Day two, same. Day three, same.

Strauss believed in knowledge by colonization, understanding a subject by spreading across every inch of its territory until it was wholly possessed. And so Lizzie measured and processed and tallied: average through above average results for all but the obvious subpar performance in episodic memory. Elevated indicators of trauma and depression. Semantic memory intact; areas of specialized knowledge included biology, gardening, medical terminology, food preparation. All what one would expect from a neurologically intact woman of mildly above-average intelligence who either had or was faking a dissociative fugue. The subject had been MRI’d, CAT- and PET-scanned at the intake hospital, but those doctors had been searching only for obvious dysfunction, cause rather than correlation or consequence. The Meadowlark was as concerned with function as with its failure, so Lizzie dutifully ferried the subject to the scanning wing. Wendy lay inside clanking machines, blinked up at a scattershot of images, let associations roam free, while, safe behind glass, Lizzie watched the techs watch the screens, map swaths of gray matter flashing fluorescent as neurons went to work. This part of the Meadowlark was known as the North Pole; brains here lit up like Christmas trees.

Lizzie had signed on to the fugue project because the reward of working side by side with a world-renowned genius had seemed to outweigh any risk and—though she would have preferred this were not a factor—because Wendy Doe had rooted herself in Lizzie’s brain. Not just the intellectual puzzle of her, which would have been acceptable, but the human fact of her, the woman untethered from life and self, a tragic figure that some part of Lizzie couldn’t help imagining herself swooping in to save. She didn’t know why Wendy had signed on, but given her disinterest in her own condition and any possible resolution of it, Lizzie suspected that upon discharge from the state hospital, there’d been nowhere better to go. The Meadowlark was Wendy’s last resort, and she was treating it—and Lizzie—accordingly.

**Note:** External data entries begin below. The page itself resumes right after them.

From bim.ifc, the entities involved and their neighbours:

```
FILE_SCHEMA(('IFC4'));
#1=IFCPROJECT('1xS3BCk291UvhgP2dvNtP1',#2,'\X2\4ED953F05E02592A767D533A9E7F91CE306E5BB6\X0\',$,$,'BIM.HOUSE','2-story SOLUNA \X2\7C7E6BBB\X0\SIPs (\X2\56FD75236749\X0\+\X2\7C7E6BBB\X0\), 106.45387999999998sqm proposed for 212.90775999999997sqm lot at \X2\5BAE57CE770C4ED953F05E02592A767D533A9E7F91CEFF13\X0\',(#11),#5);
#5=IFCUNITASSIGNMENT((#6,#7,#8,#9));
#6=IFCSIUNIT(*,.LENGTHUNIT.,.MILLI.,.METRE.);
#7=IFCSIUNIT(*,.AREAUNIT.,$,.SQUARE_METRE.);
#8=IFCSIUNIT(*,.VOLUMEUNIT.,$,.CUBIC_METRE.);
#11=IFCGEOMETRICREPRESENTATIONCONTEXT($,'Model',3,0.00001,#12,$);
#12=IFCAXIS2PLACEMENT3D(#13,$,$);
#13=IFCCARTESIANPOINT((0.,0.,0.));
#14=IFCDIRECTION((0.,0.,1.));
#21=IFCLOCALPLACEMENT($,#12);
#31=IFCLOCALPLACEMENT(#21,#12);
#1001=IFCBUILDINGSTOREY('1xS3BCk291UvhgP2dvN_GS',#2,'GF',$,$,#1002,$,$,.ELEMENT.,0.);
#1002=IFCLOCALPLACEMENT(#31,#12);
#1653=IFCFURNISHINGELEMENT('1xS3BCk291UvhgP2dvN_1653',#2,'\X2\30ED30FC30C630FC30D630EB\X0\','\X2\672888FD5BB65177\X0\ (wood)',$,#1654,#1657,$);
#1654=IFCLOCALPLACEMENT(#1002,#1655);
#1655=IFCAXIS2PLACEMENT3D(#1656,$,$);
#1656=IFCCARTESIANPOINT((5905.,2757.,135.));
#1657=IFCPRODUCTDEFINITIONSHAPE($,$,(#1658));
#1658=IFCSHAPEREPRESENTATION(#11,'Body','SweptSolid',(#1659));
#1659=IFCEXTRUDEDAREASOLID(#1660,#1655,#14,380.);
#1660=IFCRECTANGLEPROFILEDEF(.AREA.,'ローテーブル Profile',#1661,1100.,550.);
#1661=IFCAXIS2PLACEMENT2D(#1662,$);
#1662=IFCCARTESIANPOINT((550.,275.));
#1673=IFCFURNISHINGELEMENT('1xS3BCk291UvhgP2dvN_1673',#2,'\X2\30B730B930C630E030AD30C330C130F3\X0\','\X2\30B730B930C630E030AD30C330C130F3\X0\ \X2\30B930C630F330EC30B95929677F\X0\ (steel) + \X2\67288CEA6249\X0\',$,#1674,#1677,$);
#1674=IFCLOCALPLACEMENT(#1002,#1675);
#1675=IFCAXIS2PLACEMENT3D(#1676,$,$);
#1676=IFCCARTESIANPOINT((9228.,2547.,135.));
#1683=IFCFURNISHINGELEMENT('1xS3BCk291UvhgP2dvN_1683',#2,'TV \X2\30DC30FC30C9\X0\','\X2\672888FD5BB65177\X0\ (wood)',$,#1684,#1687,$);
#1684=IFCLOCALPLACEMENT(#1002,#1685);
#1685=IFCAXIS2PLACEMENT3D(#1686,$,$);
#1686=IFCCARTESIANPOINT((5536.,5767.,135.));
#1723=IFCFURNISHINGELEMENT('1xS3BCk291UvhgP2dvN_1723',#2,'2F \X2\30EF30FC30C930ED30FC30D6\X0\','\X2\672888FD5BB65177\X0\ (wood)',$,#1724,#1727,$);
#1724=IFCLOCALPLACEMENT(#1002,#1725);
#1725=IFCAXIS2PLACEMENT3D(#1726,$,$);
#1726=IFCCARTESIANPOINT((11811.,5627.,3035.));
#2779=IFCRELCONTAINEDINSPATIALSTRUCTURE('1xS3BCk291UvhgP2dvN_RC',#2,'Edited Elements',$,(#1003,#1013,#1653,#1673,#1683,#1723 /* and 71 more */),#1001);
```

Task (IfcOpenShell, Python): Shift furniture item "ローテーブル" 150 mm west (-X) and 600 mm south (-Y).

```python
import ifcopenshell
import ifcopenshell.api.geometry
import ifcopenshell.util.placement

model = ifcopenshell.open("bim.ifc")

item = model.by_guid("1xS3BCk291UvhgP2dvN_1653")
matrix = ifcopenshell.util.placement.get_local_placement(item.ObjectPlacement)
matrix[0, 3] -= 150.0
matrix[1, 3] -= 600.0
ifcopenshell.api.geometry.edit_object_placement(model, product=item, matrix=matrix, is_si=False)

print(ifcopenshell.util.placement.get_local_placement(item.ObjectPlacement).round(3) + 0.0)

model.write("bim_updated.ifc")
```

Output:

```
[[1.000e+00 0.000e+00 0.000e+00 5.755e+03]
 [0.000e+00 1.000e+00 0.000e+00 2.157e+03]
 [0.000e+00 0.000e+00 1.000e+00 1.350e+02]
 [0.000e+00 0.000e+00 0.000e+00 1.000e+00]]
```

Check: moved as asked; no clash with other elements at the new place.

Lizzie asked Wendy exhaustive questions about the past, but the woman never slipped from her story of no story. Lizzie showed Wendy pictures, played her music, offered her smells, recorded her responses. These figures would establish a cognitive baseline; subsequent tests at regular intervals would track its evolution over time. The tests were dull, the data crucial, though so far the only data point that compelled Lizzie was Wendy’s resolute lack of interest in her own past. Lizzie kept prodding her to speculate about who she might have been, what she might have been fleeing from or to, imagining that free association might guide her toward something true, but Wendy resolutely did not want to guess, did not want to imagine, did not want to know.

They had just finished a third variant of IQ test when Strauss peeked in. “Don’t want to interrupt, I just thought I’d see how it’s going.”

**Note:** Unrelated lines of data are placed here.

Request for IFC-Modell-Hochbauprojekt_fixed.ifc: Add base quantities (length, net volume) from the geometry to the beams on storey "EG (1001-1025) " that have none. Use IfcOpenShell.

First a look at what the model holds.

```python
import ifcopenshell
import ifcopenshell.util.element
import ifcopenshell.util.unit

model = ifcopenshell.open("IFC-Modell-Hochbauprojekt_fixed.ifc")
print(model.schema)
for unit_type in ("LENGTHUNIT", "AREAUNIT", "VOLUMEUNIT"):
    print(unit_type, ifcopenshell.util.unit.calculate_unit_scale(model, unit_type))
storey = next(s for s in model.by_type("IfcBuildingStorey") if s.Name == "EG (1001-1025) ")
beams = [e for e in ifcopenshell.util.element.get_decomposition(storey) if e.is_a("IfcBeam")]
for e in sorted(beams, key=lambda e: e.id()):
    print(e.id(), e.is_a(), e.Name, list(ifcopenshell.util.element.get_psets(e, qtos_only=True)), sep=" | ")
```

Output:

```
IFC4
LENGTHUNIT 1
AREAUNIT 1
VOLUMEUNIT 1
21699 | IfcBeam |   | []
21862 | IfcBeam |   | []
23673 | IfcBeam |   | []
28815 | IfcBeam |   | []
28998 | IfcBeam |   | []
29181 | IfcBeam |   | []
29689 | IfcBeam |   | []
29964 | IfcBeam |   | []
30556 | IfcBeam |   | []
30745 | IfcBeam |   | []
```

```python
import ifcopenshell
import ifcopenshell.api.pset
import ifcopenshell.geom
import ifcopenshell.util.element
import ifcopenshell.util.shape
import ifcopenshell.util.unit

model = ifcopenshell.open("IFC-Modell-Hochbauprojekt_fixed.ifc")
unit_scale = ifcopenshell.util.unit.calculate_unit_scale(model)
volume_scale = ifcopenshell.util.unit.calculate_unit_scale(model, "VOLUMEUNIT")
settings = ifcopenshell.geom.settings()

storey = next(s for s in model.by_type("IfcBuildingStorey") if s.Name == "EG (1001-1025) ")
beams = [e for e in ifcopenshell.util.element.get_decomposition(storey) if e.is_a("IfcBeam")]

for e in sorted(beams, key=lambda e: e.id()):
    if ifcopenshell.util.element.get_psets(e, qtos_only=True, should_inherit=False):
        continue
    # Geometry comes back in metres, in the element's own axes.
    shape = ifcopenshell.geom.create_shape(settings, e)
    values = {
        "Length": ifcopenshell.util.shape.get_max_xyz(shape.geometry) / unit_scale,
        "NetVolume": ifcopenshell.util.shape.get_volume(shape.geometry) / volume_scale,
    }
    qto = ifcopenshell.api.pset.add_qto(model, product=e, name="Qto_BeamBaseQuantities")
    ifcopenshell.api.pset.edit_qto(model, qto=qto, properties=values)
    print(e.id(), {k: round(v, 3) for k, v in values.items()})

model.write("IFC-Modell-Hochbauprojekt_fixed_rev.ifc")
```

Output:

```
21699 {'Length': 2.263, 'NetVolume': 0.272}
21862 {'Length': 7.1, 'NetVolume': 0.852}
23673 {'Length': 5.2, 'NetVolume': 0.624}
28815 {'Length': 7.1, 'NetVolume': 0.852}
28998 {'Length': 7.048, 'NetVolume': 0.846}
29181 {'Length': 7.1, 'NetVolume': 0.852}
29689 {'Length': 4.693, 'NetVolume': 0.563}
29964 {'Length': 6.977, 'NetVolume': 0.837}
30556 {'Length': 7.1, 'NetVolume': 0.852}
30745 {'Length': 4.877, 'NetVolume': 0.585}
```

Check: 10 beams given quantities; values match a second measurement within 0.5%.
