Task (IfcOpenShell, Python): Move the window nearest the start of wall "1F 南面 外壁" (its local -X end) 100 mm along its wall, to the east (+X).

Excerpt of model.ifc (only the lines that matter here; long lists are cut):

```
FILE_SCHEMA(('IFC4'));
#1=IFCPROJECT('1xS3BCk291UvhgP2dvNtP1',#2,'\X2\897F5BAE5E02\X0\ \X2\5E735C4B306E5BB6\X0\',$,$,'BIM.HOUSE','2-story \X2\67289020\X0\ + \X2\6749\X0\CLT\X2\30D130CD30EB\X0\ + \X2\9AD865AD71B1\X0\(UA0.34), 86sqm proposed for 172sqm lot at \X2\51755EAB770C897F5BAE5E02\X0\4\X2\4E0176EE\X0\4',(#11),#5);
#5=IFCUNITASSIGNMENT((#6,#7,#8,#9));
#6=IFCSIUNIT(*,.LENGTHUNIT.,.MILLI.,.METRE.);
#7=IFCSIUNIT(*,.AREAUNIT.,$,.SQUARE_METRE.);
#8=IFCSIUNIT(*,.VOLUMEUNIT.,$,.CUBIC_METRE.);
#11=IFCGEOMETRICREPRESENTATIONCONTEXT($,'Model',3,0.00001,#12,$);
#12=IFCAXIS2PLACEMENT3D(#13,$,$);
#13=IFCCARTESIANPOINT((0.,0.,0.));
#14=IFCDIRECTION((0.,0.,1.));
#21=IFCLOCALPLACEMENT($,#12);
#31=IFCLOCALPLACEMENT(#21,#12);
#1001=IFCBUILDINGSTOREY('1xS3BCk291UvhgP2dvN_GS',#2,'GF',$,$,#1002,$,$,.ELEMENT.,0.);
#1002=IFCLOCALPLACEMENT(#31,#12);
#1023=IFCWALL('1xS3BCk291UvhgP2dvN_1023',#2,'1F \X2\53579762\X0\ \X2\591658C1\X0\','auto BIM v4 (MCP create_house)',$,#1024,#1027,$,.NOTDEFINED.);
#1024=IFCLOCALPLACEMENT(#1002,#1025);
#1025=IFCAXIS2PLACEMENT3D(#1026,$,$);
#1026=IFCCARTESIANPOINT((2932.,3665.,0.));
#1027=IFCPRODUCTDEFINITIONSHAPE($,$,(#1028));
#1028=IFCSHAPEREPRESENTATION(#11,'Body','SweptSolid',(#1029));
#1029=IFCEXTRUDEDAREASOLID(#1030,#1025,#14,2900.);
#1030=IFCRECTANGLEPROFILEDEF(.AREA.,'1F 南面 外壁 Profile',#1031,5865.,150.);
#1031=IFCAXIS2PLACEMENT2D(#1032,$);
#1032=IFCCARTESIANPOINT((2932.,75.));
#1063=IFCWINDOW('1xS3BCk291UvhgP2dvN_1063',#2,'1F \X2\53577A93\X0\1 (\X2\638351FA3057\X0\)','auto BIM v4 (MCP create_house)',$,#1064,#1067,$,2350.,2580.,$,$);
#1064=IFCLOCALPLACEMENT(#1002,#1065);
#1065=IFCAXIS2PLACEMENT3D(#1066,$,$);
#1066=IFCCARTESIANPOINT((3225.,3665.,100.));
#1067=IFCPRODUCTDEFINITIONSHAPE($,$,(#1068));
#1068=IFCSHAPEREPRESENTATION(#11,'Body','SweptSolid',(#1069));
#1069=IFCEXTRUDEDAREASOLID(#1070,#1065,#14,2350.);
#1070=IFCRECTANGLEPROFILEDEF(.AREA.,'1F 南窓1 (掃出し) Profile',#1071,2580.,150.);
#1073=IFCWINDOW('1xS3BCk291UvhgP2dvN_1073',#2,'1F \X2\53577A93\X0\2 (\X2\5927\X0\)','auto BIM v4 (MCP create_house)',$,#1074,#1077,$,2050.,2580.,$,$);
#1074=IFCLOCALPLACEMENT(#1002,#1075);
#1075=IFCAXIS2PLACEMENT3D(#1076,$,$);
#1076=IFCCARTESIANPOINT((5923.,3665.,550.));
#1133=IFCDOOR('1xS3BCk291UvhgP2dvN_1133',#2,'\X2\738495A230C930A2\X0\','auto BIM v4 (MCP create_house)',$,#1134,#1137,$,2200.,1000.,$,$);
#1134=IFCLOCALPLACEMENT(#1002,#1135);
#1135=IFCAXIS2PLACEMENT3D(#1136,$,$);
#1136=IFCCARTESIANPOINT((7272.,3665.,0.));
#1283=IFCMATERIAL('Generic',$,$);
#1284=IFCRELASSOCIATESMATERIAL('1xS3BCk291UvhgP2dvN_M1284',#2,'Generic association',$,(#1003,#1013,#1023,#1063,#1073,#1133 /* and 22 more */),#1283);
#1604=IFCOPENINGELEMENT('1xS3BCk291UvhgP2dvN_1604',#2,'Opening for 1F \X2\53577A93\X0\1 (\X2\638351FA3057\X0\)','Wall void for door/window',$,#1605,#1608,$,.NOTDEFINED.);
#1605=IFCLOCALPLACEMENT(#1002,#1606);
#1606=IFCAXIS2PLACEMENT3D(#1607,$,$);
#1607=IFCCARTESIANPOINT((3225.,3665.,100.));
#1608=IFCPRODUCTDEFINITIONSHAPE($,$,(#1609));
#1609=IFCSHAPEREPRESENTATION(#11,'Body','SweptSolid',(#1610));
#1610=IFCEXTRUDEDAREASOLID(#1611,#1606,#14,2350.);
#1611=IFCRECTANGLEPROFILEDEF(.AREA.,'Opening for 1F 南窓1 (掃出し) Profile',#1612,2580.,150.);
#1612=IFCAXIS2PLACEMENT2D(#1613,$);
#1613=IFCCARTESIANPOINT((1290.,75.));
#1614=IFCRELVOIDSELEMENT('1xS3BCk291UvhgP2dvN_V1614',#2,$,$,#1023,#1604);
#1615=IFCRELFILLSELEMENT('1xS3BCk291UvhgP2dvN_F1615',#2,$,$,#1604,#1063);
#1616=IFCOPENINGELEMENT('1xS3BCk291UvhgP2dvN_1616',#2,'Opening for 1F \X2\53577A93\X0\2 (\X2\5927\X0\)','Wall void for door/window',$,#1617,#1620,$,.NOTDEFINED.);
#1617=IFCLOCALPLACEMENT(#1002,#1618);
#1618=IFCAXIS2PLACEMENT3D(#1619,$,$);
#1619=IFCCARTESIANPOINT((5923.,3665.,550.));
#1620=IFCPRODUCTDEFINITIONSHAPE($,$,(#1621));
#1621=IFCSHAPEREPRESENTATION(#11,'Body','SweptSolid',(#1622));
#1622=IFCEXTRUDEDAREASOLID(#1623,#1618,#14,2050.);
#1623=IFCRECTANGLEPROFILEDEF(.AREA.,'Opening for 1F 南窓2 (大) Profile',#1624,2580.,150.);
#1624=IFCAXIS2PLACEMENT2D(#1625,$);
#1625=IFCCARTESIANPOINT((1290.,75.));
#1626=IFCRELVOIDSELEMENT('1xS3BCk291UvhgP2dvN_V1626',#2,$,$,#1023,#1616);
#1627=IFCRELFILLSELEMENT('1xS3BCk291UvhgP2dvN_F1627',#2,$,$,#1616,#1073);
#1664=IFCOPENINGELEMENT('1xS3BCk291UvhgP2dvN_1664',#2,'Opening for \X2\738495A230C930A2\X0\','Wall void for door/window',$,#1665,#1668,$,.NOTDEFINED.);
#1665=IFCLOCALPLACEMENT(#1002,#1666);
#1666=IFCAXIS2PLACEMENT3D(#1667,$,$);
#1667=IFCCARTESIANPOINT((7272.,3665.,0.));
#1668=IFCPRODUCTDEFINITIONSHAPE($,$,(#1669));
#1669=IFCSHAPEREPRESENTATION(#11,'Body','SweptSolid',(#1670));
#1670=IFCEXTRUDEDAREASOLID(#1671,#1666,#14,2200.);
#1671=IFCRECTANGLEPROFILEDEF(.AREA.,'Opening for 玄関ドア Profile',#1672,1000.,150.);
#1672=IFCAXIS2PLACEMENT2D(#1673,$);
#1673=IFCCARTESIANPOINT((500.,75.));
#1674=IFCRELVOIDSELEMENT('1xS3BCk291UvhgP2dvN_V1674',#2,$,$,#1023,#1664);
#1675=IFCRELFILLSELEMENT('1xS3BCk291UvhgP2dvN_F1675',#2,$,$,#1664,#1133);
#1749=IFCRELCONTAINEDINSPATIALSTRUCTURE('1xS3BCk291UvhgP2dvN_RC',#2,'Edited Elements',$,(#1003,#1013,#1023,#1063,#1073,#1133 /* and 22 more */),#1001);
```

```python
import ifcopenshell
import ifcopenshell.api.geometry
import ifcopenshell.util.placement
import ifcopenshell.util.unit

model = ifcopenshell.open("model.ifc")
unit_scale = ifcopenshell.util.unit.calculate_unit_scale(model)

window = model.by_id(1063)
opening = window.FillsVoids[0].RelatingOpeningElement
wall = opening.VoidsElements[0].RelatingBuildingElement

wall_matrix = ifcopenshell.util.placement.get_local_placement(wall.ObjectPlacement)
shift = wall_matrix[:3, 0] * 0.1 / unit_scale
before = ifcopenshell.util.placement.get_local_placement(window.ObjectPlacement)[:3, 3].copy()

# The window is not placed relative to its opening, so move both.
for product in (opening, window):
    matrix = ifcopenshell.util.placement.get_local_placement(product.ObjectPlacement)
    matrix[:3, 3] += shift
    ifcopenshell.api.geometry.edit_object_placement(model, product=product, matrix=matrix, is_si=False)

after = ifcopenshell.util.placement.get_local_placement(window.ObjectPlacement)[:3, 3]
print("window moved by", (after - before).round(3) + 0.0)

model.write("model_edited.ifc")
```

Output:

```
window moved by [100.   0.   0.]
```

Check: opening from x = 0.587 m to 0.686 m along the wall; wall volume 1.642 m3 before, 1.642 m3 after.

Lizzie’s posture straightened, and she could feel a false smile stretch across her face. “Great!” Wendy’s smile looked more genuine, and her echoed “Great!” almost sounded sincere.

“That’s my girl,” Strauss said to Lizzie, which should have galled her. She wanted to impress him—for practical reasons, but she could also feel it pulsing in her, the congenital need for approval. Her mother used to call her a born teacher’s pet—bewildered tone implying some kind of switched-at-birth scenario. Her father always countered that there was nothing wrong with currying favor from the people you respected—and it was true that those teachers who lost Lizzie’s respect never had cause to doubt her disdain—but Lizzie knew he simply loved her too much to see the flaw. Her mother had nailed it. Her mother’s disappearing act, which left Lizzie in ever more dire need of loco parentis approval, had turned impulse into pathology. It was not her favorite trait, but it had gotten her into Harvard, into her PhD program, most likely into the Meadowlark, and if it could get her out with Benjamin Strauss’s full-throated approval, then she would swallow the toadying shame of it, and when he stepped out again, leaving Wendy in “Elizabeth’s capable hands,” she would not berate herself for blushing.